Database checked include: GnomAD v3, gnomAD v2.1.1, TopMED Bravo, UKBiobank, Iranome, GME Variome, In‐house Database. The total number of alleles considered was ~1,314,000.
New information that was not previously reported by Tucker et al. (2020).
Results
The affected individuals are six males and seven females, all of whom were born at full term, with all but two (P10 and P11) conceived from consanguineous unions (Fig. 1A). Eleven affected individuals are alive with a mean current age of 10 ± 6 years (range 4–24), and two individuals died at the ages of 11 months and 30 years old due to respiratory insufficiency and choking, respectively. Antenatal history was unremarkable in all but 3/13 persons who displayed decreased foetal movements.
Tables 1 and 2, Table S1, and Videos [Link], [Link] provide details on the clinical phenotype of the present cohort. The disease onset ranged from prenatal (3/13) to pre‐schooler age (mean age 16 ± 9.4 months, range 4–36). Delayed motor milestones (10/13), weak cry (3/13) and muscle weakness (3/13) were the first presenting symptoms. Mean ages were 9.7 ± 1.7 months for sitting, 1.7 ± 0.3 years for walking, and 9.9 ± 2.9 months for first words. Proximal or generalized muscle weakness (12/13) with the mean onset age of 2.7 ± 2.7 years (range 0.6–11), respiratory insufficiency (8/13) requiring non‐invasive ventilation (6/13) and tracheostomy (2/13), joint contractures (7/12), congenital or infantile‐onset bilateral severe sensorineural hearing loss (6/13) (only present in Families 1, 3, 4, and 5, while in the rest of the persons the absence of sensorineural hearing loss was clinically and objectively confirmed), and gastrointestinal issues (4/13) were among the commonly reported symptoms throughout the disease course (Tables 1 and 2). The age of onset for respiratory insufficiency in the affected individuals ranged between 7 months to 20 years old. Only one female person has reached puberty, and at 30 years old, she does not have clinical signs of primary ovarian insufficiency, while follicle‐stimulating hormone levels were reported to be high in P11, aged 12 years old. Six affected individuals lost ambulation at the mean age of 8.1 ± 4.7 years. Ninety‐two percent (12/13) of individuals displayed slow rates of disease progression. One person (P10) demonstrated improvement in motor abilities and dysphagia symptoms in childhood.
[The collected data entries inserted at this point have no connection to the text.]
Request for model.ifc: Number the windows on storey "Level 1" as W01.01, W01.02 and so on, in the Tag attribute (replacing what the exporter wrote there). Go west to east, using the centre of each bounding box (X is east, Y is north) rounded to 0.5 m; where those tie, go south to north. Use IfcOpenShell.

First a look at what the model holds.

```python
import ifcopenshell
import ifcopenshell.util.element
import ifcopenshell.util.placement

model = ifcopenshell.open("model.ifc")
print(model.schema)
storey = next(s for s in model.by_type("IfcBuildingStorey") if s.Name == "Level 1")
windows = [e for e in ifcopenshell.util.element.get_decomposition(storey) if e.is_a("IfcWindow")]
for e in sorted(windows, key=lambda e: e.id()):
    origin = ifcopenshell.util.placement.get_local_placement(e.ObjectPlacement)[:3, 3]
    print(e.id(), e.Tag, e.Name, origin.round(2) + 0.0, sep=" | ")
```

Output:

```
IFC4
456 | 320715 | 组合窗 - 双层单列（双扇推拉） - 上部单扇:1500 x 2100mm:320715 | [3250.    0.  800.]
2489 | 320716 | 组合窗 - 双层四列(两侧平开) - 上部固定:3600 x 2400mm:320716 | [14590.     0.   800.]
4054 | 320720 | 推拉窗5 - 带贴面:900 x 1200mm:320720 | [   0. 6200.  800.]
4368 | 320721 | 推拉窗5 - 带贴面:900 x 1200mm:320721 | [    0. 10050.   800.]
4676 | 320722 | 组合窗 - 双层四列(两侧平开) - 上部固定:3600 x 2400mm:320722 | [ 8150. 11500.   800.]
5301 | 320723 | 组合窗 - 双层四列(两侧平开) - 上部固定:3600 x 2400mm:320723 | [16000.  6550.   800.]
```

```python
import ifcopenshell
import ifcopenshell.geom
import ifcopenshell.util.element
import ifcopenshell.util.shape

model = ifcopenshell.open("model.ifc")
settings = ifcopenshell.geom.settings()
settings.set("use-world-coords", True)


def centre(element):
    shape = ifcopenshell.geom.create_shape(settings, element)
    return ifcopenshell.util.shape.get_bbox_centroid(shape.geometry)


storey = next(s for s in model.by_type("IfcBuildingStorey") if s.Name == "Level 1")
windows = [e for e in ifcopenshell.util.element.get_decomposition(storey) if e.is_a("IfcWindow")]

# Insertion points can sit at a corner or the storey origin, so sort by the geometry (in metres).
centres = {e: centre(e) for e in windows}
windows.sort(key=lambda e: (round(centres[e][0] / 0.5), centres[e][1]))

for i, e in enumerate(windows, start=1):
    number = f"W01.{i:02d}"
    e.Tag = number
    print(e.id(), number)

model.write("model_edited.ifc")
```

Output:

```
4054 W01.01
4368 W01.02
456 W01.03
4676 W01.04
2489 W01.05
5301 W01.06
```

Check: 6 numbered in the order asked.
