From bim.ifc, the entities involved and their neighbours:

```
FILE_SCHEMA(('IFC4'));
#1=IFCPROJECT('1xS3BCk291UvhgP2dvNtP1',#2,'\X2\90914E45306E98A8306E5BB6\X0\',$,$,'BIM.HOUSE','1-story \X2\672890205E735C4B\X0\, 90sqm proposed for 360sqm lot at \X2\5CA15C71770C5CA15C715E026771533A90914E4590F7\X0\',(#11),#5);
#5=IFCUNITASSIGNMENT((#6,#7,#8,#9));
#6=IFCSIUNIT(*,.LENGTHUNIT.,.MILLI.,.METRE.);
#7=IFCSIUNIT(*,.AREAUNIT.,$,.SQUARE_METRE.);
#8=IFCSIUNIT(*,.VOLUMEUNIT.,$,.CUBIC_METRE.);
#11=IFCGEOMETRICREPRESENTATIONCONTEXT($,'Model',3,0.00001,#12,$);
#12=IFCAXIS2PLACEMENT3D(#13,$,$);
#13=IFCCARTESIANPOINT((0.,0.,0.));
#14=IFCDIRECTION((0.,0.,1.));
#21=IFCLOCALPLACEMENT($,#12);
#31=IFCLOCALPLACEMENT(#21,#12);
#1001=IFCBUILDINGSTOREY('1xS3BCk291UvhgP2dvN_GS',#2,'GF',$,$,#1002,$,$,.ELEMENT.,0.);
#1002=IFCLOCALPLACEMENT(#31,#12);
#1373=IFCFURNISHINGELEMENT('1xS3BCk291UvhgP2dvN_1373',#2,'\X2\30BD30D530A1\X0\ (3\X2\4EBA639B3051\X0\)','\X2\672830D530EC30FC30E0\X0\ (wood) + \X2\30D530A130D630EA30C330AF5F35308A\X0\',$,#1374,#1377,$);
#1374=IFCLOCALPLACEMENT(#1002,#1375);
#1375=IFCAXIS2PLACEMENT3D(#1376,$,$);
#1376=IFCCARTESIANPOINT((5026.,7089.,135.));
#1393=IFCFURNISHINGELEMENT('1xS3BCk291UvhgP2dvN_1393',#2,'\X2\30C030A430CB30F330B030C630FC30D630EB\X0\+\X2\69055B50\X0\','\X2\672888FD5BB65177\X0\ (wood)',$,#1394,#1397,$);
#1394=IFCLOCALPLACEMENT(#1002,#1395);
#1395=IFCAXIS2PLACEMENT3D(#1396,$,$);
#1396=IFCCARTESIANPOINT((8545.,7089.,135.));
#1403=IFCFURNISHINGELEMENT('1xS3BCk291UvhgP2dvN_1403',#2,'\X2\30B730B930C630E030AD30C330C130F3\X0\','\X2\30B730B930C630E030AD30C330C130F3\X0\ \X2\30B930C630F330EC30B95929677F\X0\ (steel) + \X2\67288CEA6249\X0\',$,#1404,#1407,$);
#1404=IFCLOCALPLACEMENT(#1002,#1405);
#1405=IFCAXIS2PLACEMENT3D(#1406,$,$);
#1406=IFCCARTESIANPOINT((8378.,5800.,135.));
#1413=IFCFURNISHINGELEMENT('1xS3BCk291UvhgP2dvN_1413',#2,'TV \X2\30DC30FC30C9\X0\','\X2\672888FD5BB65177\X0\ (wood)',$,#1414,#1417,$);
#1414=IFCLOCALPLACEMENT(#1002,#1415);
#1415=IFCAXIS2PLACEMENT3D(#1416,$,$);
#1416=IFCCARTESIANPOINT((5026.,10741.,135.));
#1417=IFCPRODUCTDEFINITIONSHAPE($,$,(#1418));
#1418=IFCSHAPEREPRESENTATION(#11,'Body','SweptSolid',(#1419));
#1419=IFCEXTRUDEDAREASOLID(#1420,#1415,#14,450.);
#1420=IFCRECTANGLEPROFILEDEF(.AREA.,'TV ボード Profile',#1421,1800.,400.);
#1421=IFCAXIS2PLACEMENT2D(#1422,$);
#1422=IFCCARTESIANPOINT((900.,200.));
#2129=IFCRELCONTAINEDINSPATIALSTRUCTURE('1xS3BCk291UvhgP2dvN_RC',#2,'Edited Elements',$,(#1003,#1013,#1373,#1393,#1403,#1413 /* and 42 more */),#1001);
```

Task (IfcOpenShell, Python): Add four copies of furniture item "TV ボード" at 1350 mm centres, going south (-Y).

```python
import numpy as np
import ifcopenshell
import ifcopenshell.api.geometry
import ifcopenshell.api.root
import ifcopenshell.util.element
import ifcopenshell.util.placement

model = ifcopenshell.open("bim.ifc")


def reuse_history(source, copy):
    """copy_class also copies each property set's owner history, people and application; keep the originals."""
    for rel in copy.IsDefinedBy:
        if rel.is_a("IfcRelDefinesByProperties") and (history := rel.RelatingPropertyDefinition.OwnerHistory):
            rel.RelatingPropertyDefinition.OwnerHistory = source.OwnerHistory
            ifcopenshell.util.element.remove_deep2(model, history)


source = model.by_id(1413)
base = ifcopenshell.util.placement.get_local_placement(source.ObjectPlacement)
step = np.array([0.0, -1.0, 0.0]) * 1350.0

for i in range(1, 5):
    copy = ifcopenshell.api.root.copy_class(model, product=source)
    copy.Representation = ifcopenshell.util.element.copy_deep(
        model, source.Representation, exclude=["IfcGeometricRepresentationContext", "IfcRepresentationMap"]
    )
    reuse_history(source, copy)
    matrix = base.copy()
    matrix[:3, 3] += i * step
    print("added at", matrix[:3, 3].round(3) + 0.0)
    ifcopenshell.api.geometry.edit_object_placement(model, product=copy, matrix=matrix, is_si=False)

model.write("bim_updated.ifc")
```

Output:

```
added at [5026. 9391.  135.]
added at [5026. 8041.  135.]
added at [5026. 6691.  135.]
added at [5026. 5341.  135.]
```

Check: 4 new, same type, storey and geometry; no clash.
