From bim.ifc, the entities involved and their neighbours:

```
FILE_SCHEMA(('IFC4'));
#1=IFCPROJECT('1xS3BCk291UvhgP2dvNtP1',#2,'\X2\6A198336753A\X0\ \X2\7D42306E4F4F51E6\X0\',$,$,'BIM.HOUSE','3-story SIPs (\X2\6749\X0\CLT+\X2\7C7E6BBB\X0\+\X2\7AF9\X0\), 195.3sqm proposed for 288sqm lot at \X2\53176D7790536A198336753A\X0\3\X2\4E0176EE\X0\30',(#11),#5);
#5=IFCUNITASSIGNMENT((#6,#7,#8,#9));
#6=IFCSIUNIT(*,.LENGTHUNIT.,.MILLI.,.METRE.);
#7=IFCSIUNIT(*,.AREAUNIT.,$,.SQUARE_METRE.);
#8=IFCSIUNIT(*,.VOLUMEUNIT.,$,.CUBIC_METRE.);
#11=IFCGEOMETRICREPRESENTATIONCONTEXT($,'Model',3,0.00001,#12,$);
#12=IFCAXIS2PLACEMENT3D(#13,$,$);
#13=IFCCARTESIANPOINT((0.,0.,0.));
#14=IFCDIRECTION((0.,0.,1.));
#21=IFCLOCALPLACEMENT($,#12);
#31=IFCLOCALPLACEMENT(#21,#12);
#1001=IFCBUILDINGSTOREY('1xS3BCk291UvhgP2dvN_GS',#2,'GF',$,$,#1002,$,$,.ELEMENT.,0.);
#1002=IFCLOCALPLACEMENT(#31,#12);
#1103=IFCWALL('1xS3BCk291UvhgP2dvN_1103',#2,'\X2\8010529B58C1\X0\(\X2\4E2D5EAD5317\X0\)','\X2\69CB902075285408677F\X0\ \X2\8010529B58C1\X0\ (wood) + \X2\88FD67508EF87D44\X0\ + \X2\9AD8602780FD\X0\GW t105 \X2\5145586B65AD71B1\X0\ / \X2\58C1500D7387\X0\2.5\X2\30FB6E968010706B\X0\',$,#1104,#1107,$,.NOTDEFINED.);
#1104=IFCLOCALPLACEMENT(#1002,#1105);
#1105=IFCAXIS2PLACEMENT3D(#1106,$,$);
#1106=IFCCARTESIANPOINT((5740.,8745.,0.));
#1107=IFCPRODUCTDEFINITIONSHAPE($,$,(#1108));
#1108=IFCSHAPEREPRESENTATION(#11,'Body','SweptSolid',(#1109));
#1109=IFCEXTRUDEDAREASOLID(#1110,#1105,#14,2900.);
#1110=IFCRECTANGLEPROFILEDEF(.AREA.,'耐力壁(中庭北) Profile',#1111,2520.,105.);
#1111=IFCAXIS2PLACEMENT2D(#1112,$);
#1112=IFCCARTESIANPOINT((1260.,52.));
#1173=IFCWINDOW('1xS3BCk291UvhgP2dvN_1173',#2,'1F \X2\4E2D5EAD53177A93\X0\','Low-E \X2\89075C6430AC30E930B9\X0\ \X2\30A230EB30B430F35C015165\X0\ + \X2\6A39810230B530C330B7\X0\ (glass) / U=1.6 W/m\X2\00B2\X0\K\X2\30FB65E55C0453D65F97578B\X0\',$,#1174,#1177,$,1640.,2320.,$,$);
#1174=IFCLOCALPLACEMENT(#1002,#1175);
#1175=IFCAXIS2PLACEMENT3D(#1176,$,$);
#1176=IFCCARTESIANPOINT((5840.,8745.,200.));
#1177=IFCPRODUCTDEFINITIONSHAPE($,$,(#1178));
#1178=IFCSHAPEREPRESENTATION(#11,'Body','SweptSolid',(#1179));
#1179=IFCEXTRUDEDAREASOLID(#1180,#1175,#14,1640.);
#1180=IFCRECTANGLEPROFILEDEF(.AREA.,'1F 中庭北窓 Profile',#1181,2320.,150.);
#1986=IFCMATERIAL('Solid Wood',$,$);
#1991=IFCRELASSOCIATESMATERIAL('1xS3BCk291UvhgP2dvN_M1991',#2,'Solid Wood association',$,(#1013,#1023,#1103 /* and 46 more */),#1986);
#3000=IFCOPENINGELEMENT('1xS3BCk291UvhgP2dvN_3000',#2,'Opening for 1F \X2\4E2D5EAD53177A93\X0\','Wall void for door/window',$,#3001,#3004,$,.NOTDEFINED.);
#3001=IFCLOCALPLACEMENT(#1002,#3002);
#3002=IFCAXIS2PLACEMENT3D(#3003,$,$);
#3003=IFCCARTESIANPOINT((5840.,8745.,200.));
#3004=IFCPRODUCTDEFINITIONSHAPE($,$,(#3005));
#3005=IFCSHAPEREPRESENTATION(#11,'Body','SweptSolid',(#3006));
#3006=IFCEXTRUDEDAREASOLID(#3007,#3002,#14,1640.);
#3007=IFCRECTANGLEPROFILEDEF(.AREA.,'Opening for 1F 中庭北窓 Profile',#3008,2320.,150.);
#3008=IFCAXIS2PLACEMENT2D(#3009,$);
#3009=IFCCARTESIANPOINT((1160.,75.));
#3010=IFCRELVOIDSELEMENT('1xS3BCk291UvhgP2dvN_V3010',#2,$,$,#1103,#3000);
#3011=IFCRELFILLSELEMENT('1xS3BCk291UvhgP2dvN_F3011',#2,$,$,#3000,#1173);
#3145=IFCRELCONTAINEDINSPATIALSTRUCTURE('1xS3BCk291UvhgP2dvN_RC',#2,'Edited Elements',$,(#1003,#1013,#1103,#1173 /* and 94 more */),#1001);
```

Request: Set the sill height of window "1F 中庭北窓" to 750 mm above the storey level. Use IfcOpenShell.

```python
import numpy as np
import ifcopenshell
import ifcopenshell.api.geometry
import ifcopenshell.geom
import ifcopenshell.util.element
import ifcopenshell.util.placement
import ifcopenshell.util.shape
import ifcopenshell.util.unit

model = ifcopenshell.open("bim.ifc")
unit_scale = ifcopenshell.util.unit.calculate_unit_scale(model)

window = model.by_guid("1xS3BCk291UvhgP2dvN_1173")
opening = window.FillsVoids[0].RelatingOpeningElement
storey = ifcopenshell.util.element.get_container(window, ifc_class="IfcBuildingStorey")
level = ifcopenshell.util.placement.get_local_placement(storey.ObjectPlacement)[2, 3]

# The opening's origin need not be at the sill, so measure its lowest point.
shape = ifcopenshell.geom.create_shape(ifcopenshell.geom.settings(), opening)
bottom = ifcopenshell.util.shape.get_shape_bottom_elevation(shape, shape.geometry) / unit_scale
dz = level + 0.75 / unit_scale - bottom

shift = np.array([0.0, 0.0, dz])
# The window is not placed relative to its opening, so move both.
for product in (opening, window):
    matrix = ifcopenshell.util.placement.get_local_placement(product.ObjectPlacement)
    matrix[:3, 3] += shift
    ifcopenshell.api.geometry.edit_object_placement(model, product=product, matrix=matrix, is_si=False)

print(f"moved by {dz * unit_scale:+.3f} m")

model.write("bim_v2.ifc")
```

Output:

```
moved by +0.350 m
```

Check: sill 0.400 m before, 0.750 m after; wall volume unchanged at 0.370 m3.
Older individuals in our series tended to have a more severe phenotype reflecting the progressive nature of the disease in most instances.
Table 2.
Features | Current report | All reported cases |
---|---|---|
Decreased foetal movements | 3/13 | 4/14 |
Birth OFC ≤25 percentile | 6/10 | 6/10 |
Manifestation with delayed milestones | 10/13 | 12/15 |
Slow progression | 12/13 | 25/26 |
Failure to thrive | 3/12 | 11/20 |
Hearing loss | 6/13 | 18/26 |
Generalized or proximal muscle weakness | 12/13 | 25/26 |
Respiratory insufficiency | 8/13 | 16/23 |
Non‐invasive ventilation | 6/13 | 10/17 |
Muscular atrophy | 12/12 | 12/12 |
Myalgia | 6/10 | 6/12 |
Muscle stiffness | 6/12 | 6/12 |
Reduced or absent tendon reflexes | 12/12 | 12/12 |
Calf hypertrophy | 4/12 | 4/12 |
Joint contractures | 7/12 | 11/23 |
Progressive scoliosis | 7/11 | 15/21 |
Waddling gait | 4/11 | 4/11 |
Broad‐based gait | 2/11 | 2/11 |
Loss of ambulation | 6/12 | 11/25 |
Elevated creatine kinase | 10/10 | 19/19 |
Mortality | 2/13 | 2/26 |
On the most recent examination, a mean age of the affected individuals was 11.5 ± 7.8 years (range 4.6–29). They had normal cognition (0/13) with short stature (8/13) and progressive scoliosis (7/11). Neuromuscular examination revealed hypotonia (10/13), proximal or generalized muscle weakness (12/13), and muscular atrophy (12/12) accompanied with stiffness (6/12), calf hypertrophy (4/12), hyporeflexia/areflexia (12/12), and myalgia (6/10). Gait was waddling in 4/11 and broad‐based in 2/11 persons (Tables 1 and 2). Electromyography findings were compatible with myopathy in 8/13 and elevated creatinine kinase (CK) (1594‐27000 U/L) was registered in 10/10 individuals. Lower limb muscle magnetic resonance imaging in Family 3 (P10), performed at the age of 8 months old, showed generalized muscle atrophy without fatty infiltration (Fig. 1E). Muscle biopsy from the quadriceps at age 8 months old in P10 showed type 1 fiber predominance and central nucleation with Z line streaming and mini‐cores evident on electron microscopy (Fig. 1D, I–IV). Muscle biopsy from the biceps in Family 4 (P11) showed fatty infiltration with mitochondrial changes (Fig. 1D, V–VII), whereas in Family 5 it showed a dystrophic pattern.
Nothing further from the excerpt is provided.